» **Exercise description**
Return, exactly and in full, the lines of the records below starting at the one with "#110=IFCINDEXEDPOLYGONALFACE((5,7,8,6));" and ending at the one with "#114=IFCINDEXEDPOLYGONALFACE((1,3,7,5));", and no other lines.

------

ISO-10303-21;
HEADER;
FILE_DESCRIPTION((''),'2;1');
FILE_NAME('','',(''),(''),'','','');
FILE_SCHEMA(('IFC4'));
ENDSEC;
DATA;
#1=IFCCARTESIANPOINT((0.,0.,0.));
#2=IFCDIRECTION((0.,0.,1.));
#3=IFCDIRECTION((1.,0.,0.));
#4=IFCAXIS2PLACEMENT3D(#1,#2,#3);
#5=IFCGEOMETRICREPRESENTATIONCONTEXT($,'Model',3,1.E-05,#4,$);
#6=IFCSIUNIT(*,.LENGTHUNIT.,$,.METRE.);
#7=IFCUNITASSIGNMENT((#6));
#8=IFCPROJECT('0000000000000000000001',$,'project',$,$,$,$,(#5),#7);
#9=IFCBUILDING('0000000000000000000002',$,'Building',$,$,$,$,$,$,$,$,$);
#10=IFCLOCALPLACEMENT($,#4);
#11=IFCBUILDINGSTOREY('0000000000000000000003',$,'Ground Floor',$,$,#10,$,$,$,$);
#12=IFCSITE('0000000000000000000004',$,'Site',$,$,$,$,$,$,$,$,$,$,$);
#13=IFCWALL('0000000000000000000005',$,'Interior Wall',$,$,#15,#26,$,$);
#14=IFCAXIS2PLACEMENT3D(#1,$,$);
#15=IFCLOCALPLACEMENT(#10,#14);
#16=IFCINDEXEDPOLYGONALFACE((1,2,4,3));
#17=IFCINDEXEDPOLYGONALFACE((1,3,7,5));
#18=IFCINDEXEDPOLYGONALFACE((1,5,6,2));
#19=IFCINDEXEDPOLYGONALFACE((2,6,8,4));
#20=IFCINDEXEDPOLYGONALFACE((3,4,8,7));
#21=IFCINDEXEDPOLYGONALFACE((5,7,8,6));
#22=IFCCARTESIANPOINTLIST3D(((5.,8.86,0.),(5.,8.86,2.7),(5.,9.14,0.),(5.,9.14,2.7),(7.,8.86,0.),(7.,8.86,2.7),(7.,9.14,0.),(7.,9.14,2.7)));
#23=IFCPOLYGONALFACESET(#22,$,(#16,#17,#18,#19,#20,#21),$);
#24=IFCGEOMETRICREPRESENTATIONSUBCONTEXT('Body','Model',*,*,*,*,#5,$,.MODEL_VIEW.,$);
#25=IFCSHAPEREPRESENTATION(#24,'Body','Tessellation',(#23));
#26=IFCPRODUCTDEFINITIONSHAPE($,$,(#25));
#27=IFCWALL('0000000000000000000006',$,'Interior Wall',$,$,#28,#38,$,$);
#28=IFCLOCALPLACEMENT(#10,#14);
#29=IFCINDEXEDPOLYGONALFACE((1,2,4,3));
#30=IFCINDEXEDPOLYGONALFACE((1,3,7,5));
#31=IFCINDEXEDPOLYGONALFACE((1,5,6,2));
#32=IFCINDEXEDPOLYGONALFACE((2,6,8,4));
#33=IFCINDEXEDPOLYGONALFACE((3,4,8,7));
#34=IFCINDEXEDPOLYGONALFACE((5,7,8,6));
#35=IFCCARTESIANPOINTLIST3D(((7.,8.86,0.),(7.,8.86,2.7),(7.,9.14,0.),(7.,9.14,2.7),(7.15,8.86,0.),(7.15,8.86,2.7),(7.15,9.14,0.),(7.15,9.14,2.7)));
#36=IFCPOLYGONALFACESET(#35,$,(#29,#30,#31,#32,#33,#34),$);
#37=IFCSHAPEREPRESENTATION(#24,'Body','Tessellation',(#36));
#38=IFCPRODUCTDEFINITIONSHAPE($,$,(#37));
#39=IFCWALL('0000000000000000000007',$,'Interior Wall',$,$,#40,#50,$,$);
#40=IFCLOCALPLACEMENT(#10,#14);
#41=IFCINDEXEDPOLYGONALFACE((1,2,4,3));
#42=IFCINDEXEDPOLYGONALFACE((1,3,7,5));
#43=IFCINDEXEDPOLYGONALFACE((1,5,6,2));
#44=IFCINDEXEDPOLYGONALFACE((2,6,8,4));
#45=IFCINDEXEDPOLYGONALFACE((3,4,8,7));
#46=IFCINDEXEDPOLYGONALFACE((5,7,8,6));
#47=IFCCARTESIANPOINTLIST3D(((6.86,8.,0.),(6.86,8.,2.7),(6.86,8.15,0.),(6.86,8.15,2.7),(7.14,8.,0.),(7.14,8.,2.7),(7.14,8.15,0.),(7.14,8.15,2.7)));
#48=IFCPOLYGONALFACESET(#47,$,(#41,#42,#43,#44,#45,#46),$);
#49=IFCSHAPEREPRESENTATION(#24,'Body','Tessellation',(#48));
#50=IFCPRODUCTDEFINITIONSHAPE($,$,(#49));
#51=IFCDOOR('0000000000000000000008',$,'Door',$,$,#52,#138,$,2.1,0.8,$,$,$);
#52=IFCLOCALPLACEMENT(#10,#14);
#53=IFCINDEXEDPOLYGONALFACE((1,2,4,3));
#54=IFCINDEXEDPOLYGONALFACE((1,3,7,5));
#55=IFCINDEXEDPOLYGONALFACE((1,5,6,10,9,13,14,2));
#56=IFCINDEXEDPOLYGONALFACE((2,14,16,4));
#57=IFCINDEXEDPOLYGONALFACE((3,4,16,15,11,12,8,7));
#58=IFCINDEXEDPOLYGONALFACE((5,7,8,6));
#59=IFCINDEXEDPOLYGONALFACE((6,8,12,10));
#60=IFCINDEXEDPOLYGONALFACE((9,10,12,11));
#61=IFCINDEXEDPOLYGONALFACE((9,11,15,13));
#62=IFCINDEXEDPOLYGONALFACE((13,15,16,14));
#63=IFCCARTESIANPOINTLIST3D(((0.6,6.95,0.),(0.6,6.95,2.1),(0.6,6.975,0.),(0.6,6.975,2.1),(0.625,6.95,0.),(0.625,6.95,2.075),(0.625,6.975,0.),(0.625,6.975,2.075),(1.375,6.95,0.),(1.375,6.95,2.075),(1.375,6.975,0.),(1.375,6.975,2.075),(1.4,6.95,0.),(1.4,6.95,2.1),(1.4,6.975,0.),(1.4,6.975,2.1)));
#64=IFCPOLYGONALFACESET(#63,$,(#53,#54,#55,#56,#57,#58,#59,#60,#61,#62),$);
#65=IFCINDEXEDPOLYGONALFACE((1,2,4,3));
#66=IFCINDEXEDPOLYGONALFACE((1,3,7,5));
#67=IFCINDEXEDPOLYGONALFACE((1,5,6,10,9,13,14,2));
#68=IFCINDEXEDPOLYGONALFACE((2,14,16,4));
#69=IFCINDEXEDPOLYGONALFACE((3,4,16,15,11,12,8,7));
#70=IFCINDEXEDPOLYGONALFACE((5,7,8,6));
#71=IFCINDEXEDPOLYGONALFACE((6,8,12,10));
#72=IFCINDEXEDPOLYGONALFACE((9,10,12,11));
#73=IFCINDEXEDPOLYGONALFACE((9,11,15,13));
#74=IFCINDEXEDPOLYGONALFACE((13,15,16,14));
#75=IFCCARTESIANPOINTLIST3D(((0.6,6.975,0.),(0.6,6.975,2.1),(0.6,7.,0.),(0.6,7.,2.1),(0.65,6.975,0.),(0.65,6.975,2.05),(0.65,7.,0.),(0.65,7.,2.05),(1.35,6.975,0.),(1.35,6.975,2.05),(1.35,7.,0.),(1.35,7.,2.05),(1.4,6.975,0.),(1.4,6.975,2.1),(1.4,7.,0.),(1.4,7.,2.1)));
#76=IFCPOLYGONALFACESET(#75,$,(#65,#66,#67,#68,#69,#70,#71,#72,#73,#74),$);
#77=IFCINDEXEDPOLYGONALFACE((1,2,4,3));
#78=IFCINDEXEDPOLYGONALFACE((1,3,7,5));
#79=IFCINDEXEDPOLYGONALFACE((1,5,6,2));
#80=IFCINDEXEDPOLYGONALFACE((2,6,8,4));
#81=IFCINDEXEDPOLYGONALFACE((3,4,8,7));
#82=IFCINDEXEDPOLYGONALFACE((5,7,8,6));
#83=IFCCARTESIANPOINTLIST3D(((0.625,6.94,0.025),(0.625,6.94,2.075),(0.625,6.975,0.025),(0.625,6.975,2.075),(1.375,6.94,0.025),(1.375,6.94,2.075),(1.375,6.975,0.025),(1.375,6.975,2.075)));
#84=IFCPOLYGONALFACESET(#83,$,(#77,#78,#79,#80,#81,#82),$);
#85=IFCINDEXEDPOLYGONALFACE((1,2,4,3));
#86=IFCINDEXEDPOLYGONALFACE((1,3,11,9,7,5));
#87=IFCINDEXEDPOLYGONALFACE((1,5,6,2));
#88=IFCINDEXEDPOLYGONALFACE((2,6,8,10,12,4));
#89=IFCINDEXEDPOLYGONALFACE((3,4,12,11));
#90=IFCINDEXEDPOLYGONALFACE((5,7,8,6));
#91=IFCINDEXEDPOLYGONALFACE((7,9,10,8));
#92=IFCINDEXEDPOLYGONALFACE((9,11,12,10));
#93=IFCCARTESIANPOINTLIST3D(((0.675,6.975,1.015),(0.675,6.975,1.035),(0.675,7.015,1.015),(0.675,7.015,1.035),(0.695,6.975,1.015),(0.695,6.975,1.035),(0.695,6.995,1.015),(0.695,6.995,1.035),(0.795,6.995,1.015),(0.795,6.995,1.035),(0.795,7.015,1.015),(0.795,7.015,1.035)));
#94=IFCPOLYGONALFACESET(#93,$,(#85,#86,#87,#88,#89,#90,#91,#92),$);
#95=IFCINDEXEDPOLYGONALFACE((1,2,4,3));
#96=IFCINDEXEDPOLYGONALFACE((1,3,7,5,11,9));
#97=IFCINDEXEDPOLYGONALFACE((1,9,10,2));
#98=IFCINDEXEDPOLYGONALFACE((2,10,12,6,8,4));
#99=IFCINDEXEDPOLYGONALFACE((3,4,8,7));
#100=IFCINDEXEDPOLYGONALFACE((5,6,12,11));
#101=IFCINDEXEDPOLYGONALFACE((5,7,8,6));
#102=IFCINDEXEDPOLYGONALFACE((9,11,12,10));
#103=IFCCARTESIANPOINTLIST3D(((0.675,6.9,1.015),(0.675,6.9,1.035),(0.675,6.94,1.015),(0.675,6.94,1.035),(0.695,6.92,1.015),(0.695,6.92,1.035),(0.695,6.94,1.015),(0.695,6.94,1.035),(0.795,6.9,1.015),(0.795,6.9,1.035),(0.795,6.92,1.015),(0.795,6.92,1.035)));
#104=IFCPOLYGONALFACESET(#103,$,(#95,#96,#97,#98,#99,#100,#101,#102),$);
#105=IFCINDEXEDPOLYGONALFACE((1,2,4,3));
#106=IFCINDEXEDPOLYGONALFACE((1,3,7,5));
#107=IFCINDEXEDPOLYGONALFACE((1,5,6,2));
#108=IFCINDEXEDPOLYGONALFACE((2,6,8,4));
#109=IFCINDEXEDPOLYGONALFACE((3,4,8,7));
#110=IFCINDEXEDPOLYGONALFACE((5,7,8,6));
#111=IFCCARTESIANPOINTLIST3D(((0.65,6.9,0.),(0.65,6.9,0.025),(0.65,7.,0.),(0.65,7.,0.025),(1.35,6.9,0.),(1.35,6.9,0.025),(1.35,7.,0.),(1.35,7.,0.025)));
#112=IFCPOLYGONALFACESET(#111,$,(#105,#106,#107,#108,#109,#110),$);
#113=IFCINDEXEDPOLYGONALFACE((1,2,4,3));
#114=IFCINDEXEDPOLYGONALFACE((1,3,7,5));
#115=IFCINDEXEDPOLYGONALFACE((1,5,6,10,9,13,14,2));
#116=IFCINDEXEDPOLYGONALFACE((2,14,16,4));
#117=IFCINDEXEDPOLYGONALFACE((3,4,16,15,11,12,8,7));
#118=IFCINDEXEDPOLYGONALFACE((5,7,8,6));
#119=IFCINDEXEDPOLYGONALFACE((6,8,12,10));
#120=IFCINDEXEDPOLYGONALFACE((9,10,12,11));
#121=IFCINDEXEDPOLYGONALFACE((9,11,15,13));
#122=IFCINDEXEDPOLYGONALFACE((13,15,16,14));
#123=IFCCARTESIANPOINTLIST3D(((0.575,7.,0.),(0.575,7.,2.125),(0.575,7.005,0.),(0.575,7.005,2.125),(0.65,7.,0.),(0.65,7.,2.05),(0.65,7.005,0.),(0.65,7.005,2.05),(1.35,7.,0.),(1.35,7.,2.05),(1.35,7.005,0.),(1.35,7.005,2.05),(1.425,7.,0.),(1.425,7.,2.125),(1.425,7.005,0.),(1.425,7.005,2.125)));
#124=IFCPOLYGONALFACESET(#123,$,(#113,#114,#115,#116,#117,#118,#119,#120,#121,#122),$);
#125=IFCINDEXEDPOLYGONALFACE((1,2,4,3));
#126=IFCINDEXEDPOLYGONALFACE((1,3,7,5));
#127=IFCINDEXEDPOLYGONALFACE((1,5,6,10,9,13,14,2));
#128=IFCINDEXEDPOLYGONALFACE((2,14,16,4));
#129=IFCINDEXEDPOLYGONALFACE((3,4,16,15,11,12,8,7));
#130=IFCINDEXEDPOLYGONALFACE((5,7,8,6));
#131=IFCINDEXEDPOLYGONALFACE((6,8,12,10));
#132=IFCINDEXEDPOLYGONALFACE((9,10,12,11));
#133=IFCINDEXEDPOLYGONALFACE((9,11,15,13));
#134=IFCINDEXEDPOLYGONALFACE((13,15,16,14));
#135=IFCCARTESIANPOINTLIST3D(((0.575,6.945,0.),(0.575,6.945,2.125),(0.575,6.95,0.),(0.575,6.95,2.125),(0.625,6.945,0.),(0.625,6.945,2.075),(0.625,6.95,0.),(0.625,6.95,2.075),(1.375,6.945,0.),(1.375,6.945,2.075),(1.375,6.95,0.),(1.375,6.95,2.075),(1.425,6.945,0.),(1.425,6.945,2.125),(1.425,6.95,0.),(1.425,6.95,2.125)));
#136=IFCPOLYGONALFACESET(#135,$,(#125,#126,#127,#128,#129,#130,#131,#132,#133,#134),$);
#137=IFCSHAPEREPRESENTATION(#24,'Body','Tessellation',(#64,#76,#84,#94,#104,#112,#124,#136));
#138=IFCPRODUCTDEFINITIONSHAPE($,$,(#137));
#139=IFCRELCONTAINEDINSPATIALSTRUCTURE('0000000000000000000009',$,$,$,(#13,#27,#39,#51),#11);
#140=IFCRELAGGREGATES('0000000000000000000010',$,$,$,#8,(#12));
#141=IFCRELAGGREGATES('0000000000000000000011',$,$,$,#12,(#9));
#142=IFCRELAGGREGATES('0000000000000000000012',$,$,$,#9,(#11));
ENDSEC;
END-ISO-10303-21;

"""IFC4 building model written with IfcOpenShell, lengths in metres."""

from ifc_helpers import new_model, si_unit, frame, origin_with_axes, place, context, subcontext, project, spatial, line, indexed_curve, outline, extrude, element, save


model = new_model("IFC4")

# Units and contexts
model_context = context("Model", 3, precision=1e-05, world=origin_with_axes())
body_context = subcontext(model_context, "Body", "Model", "MODEL_VIEW")
ifc_project = project(units=[si_unit("LENGTHUNIT", "METRE")], contexts=[model_context])

# Site, building, storey
site = spatial("IfcSite", under=ifc_project, Name="Site")
building = spatial("IfcBuilding", under=site, Name="Building")
storey_placement = place(None, origin_with_axes())
storey = spatial("IfcBuildingStorey", under=building, at=storey_placement, Name="Ground Floor")

# Walls
wall_1_placement = place(storey_placement, frame((5.0, 9.0, 0.0), z_axis=(0.0, 0.0, 1.0), x_axis=(1.0, 0.0, 0.0)))
element("IfcWall", 1, at=wall_1_placement, inside=storey, Name="Interior Wall", context=body_context, shape_type="SweptSolid", body=[
    extrude(outline(indexed_curve([(0.0, 0.0), (0.0, 0.28), (2.0, 0.28), (2.0, 0.0), (0.0, 0.0)], self_intersect=False)), frame((0.0, -0.14, 0.0), z_axis=(0.0, 0.0, 1.0), x_axis=(1.0, 0.0, 0.0)), (0.0, 0.0, 1.0), 2.7),
])
for number, where, z_axis, x_axis, name in (
    (2, (7.0, 9.0, 0.0), (0.0, 0.0, 1.0), (1.0, 0.0, 0.0), "Interior Wall"),
    (3, (7.0, 8.0, 0.0), (0.0, 0.0, 1.0), (0.0, 1.0, 0.0), "Interior Wall"),
):
    element("IfcWall", number, at=place(storey_placement, frame(where, z_axis=z_axis, x_axis=x_axis)), inside=storey, Name=name, context=body_context, shape_type="SweptSolid", body=[
        extrude(outline(indexed_curve([(0.0, 0.0), (0.0, 0.28), (0.15, 0.28), (0.15, 0.0), (0.0, 0.0)], self_intersect=False)), frame((0.0, -0.14, 0.0), z_axis=(0.0, 0.0, 1.0), x_axis=(1.0, 0.0, 0.0)), (0.0, 0.0, 1.0), 2.7),
    ])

------

» **Exercise answer**
#110=IFCINDEXEDPOLYGONALFACE((5,7,8,6));
#111=IFCCARTESIANPOINTLIST3D(((0.65,6.9,0.),(0.65,6.9,0.025),(0.65,7.,0.),(0.65,7.,0.025),(1.35,6.9,0.),(1.35,6.9,0.025),(1.35,7.,0.),(1.35,7.,0.025)));
#112=IFCPOLYGONALFACESET(#111,$,(#105,#106,#107,#108,#109,#110),$);
#113=IFCINDEXEDPOLYGONALFACE((1,2,4,3));
#114=IFCINDEXEDPOLYGONALFACE((1,3,7,5));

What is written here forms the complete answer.